From the line with "#4=IFCSIUNIT(*,.LENGTHUNIT.,$,.METRE.);" to the line with "#9=IFCLOCALPLACEMENT(#8,#2);", retype every line exactly, including those two, and leave out the rest of the data below.
• • • •
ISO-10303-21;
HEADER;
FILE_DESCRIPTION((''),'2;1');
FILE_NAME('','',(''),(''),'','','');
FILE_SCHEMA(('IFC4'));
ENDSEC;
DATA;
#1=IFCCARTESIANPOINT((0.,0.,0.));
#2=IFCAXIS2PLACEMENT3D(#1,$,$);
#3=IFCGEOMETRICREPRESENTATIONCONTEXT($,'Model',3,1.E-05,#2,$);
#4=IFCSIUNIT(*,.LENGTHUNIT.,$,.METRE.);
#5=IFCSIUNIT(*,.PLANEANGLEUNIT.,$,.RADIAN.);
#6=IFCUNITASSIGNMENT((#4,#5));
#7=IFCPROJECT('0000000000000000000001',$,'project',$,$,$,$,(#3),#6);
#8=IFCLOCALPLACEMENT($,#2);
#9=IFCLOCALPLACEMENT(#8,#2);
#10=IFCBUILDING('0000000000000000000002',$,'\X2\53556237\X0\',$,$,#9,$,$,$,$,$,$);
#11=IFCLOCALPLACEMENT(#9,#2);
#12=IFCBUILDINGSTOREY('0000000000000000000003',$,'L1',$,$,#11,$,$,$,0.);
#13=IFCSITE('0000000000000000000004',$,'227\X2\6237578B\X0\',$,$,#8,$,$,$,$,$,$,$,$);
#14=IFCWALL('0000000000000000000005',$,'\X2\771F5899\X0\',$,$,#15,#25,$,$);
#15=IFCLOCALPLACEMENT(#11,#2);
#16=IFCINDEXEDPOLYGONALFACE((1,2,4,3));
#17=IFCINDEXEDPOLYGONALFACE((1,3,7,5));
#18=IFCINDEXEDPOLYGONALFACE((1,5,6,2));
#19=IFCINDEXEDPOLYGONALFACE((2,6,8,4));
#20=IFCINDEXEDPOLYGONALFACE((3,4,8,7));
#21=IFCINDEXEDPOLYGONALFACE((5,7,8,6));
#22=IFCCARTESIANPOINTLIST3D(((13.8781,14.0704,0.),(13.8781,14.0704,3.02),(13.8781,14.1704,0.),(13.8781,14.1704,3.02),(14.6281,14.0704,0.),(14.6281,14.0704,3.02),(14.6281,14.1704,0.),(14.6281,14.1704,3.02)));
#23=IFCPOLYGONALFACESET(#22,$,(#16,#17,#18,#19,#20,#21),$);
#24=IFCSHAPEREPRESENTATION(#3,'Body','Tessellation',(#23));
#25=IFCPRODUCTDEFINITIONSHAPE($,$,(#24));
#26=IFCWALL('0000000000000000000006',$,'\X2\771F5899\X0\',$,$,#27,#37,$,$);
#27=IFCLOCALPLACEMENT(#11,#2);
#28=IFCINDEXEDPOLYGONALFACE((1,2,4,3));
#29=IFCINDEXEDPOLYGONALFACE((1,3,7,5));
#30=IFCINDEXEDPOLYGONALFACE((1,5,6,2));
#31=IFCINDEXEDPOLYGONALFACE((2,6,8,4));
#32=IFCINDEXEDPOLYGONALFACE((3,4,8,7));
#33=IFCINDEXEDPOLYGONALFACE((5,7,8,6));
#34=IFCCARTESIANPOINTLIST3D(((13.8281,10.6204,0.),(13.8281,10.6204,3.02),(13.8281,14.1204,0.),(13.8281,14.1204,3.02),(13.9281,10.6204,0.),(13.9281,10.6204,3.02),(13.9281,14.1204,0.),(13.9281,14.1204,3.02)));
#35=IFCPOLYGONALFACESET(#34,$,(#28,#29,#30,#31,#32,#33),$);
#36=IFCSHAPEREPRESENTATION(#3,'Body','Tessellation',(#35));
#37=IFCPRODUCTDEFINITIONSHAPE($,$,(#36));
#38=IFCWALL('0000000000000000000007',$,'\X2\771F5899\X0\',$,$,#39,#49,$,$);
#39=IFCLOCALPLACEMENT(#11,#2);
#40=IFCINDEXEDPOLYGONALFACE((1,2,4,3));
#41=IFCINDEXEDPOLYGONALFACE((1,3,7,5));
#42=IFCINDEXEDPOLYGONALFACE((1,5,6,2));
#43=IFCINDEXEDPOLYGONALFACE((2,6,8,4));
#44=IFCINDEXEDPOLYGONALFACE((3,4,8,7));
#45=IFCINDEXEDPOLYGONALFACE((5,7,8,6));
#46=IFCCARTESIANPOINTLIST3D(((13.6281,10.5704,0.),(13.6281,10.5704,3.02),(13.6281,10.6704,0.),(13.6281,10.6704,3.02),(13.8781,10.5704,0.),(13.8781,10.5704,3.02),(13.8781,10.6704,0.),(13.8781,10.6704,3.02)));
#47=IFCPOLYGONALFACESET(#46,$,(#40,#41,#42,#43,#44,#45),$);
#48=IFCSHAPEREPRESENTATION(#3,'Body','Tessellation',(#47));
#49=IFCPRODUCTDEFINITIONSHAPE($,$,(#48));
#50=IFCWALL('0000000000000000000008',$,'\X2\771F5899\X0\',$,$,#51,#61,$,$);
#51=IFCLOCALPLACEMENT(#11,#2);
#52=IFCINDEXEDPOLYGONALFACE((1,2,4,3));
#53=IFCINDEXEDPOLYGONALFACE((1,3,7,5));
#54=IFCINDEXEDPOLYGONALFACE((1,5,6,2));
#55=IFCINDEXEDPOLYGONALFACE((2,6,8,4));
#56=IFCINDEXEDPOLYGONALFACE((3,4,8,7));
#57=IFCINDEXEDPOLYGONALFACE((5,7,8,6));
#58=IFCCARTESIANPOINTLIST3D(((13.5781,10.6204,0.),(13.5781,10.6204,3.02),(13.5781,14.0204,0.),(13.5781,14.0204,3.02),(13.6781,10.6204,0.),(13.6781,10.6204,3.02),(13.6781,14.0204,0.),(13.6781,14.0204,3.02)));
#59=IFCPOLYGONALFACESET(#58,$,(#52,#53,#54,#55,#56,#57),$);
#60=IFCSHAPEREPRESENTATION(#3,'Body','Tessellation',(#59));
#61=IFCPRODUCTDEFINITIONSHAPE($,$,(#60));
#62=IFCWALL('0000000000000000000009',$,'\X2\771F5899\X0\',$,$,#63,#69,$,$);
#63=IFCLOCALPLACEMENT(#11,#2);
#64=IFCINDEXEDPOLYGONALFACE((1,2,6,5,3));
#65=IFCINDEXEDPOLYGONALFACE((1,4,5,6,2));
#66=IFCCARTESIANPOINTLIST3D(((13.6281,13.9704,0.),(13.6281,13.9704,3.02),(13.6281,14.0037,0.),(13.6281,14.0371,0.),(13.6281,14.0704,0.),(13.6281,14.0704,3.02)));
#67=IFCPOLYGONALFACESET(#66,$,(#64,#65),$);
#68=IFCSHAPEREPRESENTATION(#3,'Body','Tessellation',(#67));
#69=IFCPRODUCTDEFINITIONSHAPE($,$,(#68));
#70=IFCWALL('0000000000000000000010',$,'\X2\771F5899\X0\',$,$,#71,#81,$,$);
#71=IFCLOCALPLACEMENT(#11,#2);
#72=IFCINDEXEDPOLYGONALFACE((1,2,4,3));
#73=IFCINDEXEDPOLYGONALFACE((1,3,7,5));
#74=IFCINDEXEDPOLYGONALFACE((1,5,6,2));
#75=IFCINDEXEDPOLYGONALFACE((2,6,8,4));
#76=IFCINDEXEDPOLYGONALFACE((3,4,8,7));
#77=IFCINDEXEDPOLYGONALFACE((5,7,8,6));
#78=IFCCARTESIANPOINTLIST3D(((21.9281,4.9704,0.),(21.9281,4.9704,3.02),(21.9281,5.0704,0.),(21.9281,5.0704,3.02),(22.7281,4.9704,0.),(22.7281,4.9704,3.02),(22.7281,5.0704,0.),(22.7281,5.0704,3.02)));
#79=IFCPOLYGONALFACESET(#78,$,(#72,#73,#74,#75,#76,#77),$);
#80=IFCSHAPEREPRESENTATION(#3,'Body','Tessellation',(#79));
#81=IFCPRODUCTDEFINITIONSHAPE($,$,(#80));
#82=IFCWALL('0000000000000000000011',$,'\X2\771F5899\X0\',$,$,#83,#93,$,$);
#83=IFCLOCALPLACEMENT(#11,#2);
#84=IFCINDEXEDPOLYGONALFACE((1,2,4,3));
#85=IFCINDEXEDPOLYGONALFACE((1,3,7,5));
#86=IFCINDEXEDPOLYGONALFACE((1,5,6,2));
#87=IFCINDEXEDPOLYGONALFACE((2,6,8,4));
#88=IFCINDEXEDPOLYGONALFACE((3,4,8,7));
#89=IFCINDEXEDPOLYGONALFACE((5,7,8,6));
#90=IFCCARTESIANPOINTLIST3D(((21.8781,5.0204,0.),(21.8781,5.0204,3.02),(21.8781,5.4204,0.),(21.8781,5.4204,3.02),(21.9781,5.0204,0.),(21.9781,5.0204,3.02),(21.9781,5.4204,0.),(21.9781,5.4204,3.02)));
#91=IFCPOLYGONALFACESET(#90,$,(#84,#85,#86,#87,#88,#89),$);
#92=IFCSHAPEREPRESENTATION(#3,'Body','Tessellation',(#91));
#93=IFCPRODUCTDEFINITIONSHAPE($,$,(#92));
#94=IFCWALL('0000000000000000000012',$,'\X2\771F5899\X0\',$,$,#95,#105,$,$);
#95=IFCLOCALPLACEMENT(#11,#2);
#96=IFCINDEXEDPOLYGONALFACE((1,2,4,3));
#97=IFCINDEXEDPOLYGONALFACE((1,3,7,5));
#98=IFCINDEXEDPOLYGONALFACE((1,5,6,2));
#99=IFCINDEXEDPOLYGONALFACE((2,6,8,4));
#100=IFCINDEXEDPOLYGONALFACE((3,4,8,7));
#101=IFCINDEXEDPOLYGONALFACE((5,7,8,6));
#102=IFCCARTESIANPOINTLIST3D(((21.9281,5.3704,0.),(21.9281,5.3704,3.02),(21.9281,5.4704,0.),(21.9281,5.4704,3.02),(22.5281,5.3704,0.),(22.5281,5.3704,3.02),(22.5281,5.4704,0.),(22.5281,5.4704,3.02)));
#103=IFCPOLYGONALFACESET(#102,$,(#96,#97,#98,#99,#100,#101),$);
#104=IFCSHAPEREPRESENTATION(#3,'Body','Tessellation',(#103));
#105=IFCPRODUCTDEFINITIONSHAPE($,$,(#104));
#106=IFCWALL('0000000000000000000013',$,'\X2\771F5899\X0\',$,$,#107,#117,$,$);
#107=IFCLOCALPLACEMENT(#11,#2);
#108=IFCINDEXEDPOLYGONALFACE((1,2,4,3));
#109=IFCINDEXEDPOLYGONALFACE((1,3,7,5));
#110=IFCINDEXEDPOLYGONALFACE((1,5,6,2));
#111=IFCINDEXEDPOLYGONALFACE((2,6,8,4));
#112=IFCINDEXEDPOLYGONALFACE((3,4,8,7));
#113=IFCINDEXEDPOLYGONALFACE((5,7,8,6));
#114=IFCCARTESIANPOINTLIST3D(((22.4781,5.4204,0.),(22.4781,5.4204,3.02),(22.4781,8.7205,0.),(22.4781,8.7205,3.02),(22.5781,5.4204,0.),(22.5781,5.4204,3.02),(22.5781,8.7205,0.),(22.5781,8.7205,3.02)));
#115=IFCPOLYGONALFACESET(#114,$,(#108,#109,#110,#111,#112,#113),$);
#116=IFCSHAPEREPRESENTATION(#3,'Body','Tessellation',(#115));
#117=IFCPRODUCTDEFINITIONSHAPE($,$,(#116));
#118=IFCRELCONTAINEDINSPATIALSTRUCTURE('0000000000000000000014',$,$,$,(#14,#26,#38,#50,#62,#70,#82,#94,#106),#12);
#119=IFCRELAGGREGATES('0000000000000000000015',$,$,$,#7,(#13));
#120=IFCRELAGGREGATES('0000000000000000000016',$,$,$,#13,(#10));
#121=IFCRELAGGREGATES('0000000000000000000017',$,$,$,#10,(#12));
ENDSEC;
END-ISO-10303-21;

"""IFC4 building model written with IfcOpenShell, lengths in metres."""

from ifc_helpers import new_model, si_unit, origin, place, context, project, spatial, polyline, outline, extrude, element, save


model = new_model("IFC4")

# Units and contexts
model_context = context("Model", 3, precision=1e-05, world=origin())
ifc_project = project(units=[si_unit("LENGTHUNIT", "METRE"), si_unit("PLANEANGLEUNIT", "RADIAN")], contexts=[model_context])

# Site, building, storey
site_placement = place(None, origin())
site = spatial("IfcSite", under=ifc_project, at=site_placement, Name="227户型")
building_placement = place(site_placement, origin())
building = spatial("IfcBuilding", under=site, at=building_placement, Name="单户")
storey_placement = place(building_placement, origin())
storey = spatial("IfcBuildingStorey", under=building, at=storey_placement, Name="L1", Elevation=0.0)

# Walls
wall_1_placement = place(storey_placement, origin())
element("IfcWall", 1, at=wall_1_placement, inside=storey, Name="真墙", context=model_context, shape_type="SweptSolid", body=[
    extrude(outline(polyline([(14.6281, 14.0704), (13.8781, 14.0704), (13.8781, 14.1704), (14.6281, 14.1704), (14.6281, 14.0704)])), origin(), (0.0, 0.0, 1.0), 3.02),
])
wall_2_placement = place(storey_placement, origin())
element("IfcWall", 2, at=wall_2_placement, inside=storey, Name="真墙", context=model_context, shape_type="SweptSolid", body=[
    extrude(outline(polyline([(13.9281, 14.1204), (13.9281, 10.6204), (13.8281, 10.6204), (13.8281, 14.1204), (13.9281, 14.1204)])), origin(), (0.0, 0.0, 1.0), 3.02),
])
wall_3_placement = place(storey_placement, origin())
element("IfcWall", 3, at=wall_3_placement, inside=storey, Name="真墙", context=model_context, shape_type="SweptSolid", body=[
    extrude(outline(polyline([(13.8781, 10.5704), (13.6281, 10.5704), (13.6281, 10.6704), (13.8781, 10.6704), (13.8781, 10.5704)])), origin(), (0.0, 0.0, 1.0), 3.02),
])
wall_4_placement = place(storey_placement, origin())
element("IfcWall", 4, at=wall_4_placement, inside=storey, Name="真墙", context=model_context, shape_type="SweptSolid", body=[
    extrude(outline(polyline([(13.5781, 10.6204), (13.5781, 14.0204), (13.6781, 14.0204), (13.6781, 10.6204), (13.5781, 10.6204)])), origin(), (0.0, 0.0, 1.0), 3.02),
])
wall_5_placement = place(storey_placement, origin())
element("IfcWall", 5, at=wall_5_placement, inside=storey, Name="真墙", context=model_context, shape_type="SweptSolid", body=[
    extrude(outline(polyline([(13.6281, 13.9704), (13.6281, 13.9704), (13.6281, 14.0704), (13.6281, 14.0704), (13.6281, 13.9704)])), origin(), (0.0, 0.0, 1.0), 3.02),
])
wall_6_placement = place(storey_placement, origin())
element("IfcWall", 6, at=wall_6_placement, inside=storey, Name="真墙", context=model_context, shape_type="SweptSolid", body=[
    extrude(outline(polyline([(22.7281, 4.9704), (21.9281, 4.9704), (21.9281, 5.0704), (22.7281, 5.0704), (22.7281, 4.9704)])), origin(), (0.0, 0.0, 1.0), 3.02),
])
wall_7_placement = place(storey_placement, origin())
element("IfcWall", 7, at=wall_7_placement, inside=storey, Name="真墙", context=model_context, shape_type="SweptSolid", body=[
    extrude(outline(polyline([(21.8781, 5.0204), (21.8781, 5.4204), (21.9781, 5.4204), (21.9781, 5.0204), (21.8781, 5.0204)])), origin(), (0.0, 0.0, 1.0), 3.02),
])
wall_8_placement = place(storey_placement, origin())
element("IfcWall", 8, at=wall_8_placement, inside=storey, Name="真墙", context=model_context, shape_type="SweptSolid", body=[
    extrude(outline(polyline([(21.9281, 5.4704), (22.5281, 5.4704), (22.5281, 5.3704), (21.9281, 5.3704), (21.9281, 5.4704)])), origin(), (0.0, 0.0, 1.0), 3.02),
])
wall_9_placement = place(storey_placement, origin())
element("IfcWall", 9, at=wall_9_placement, inside=storey, Name="真墙", context=model_context, shape_type="SweptSolid", body=[
    extrude(outline(polyline([(22.4781, 5.4204), (22.4781, 8.7205), (22.5781, 8.7205), (22.5781, 5.4204), (22.4781, 5.4204)])), origin(), (0.0, 0.0, 1.0), 3.02),
])

save(model, "model.ifc")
• • • •
## SOLUTION TO THIS TASK
#4=IFCSIUNIT(*,.LENGTHUNIT.,$,.METRE.);
#5=IFCSIUNIT(*,.PLANEANGLEUNIT.,$,.RADIAN.);
#6=IFCUNITASSIGNMENT((#4,#5));
#7=IFCPROJECT('0000000000000000000001',$,'project',$,$,$,$,(#3),#6);
#8=IFCLOCALPLACEMENT($,#2);
#9=IFCLOCALPLACEMENT(#8,#2);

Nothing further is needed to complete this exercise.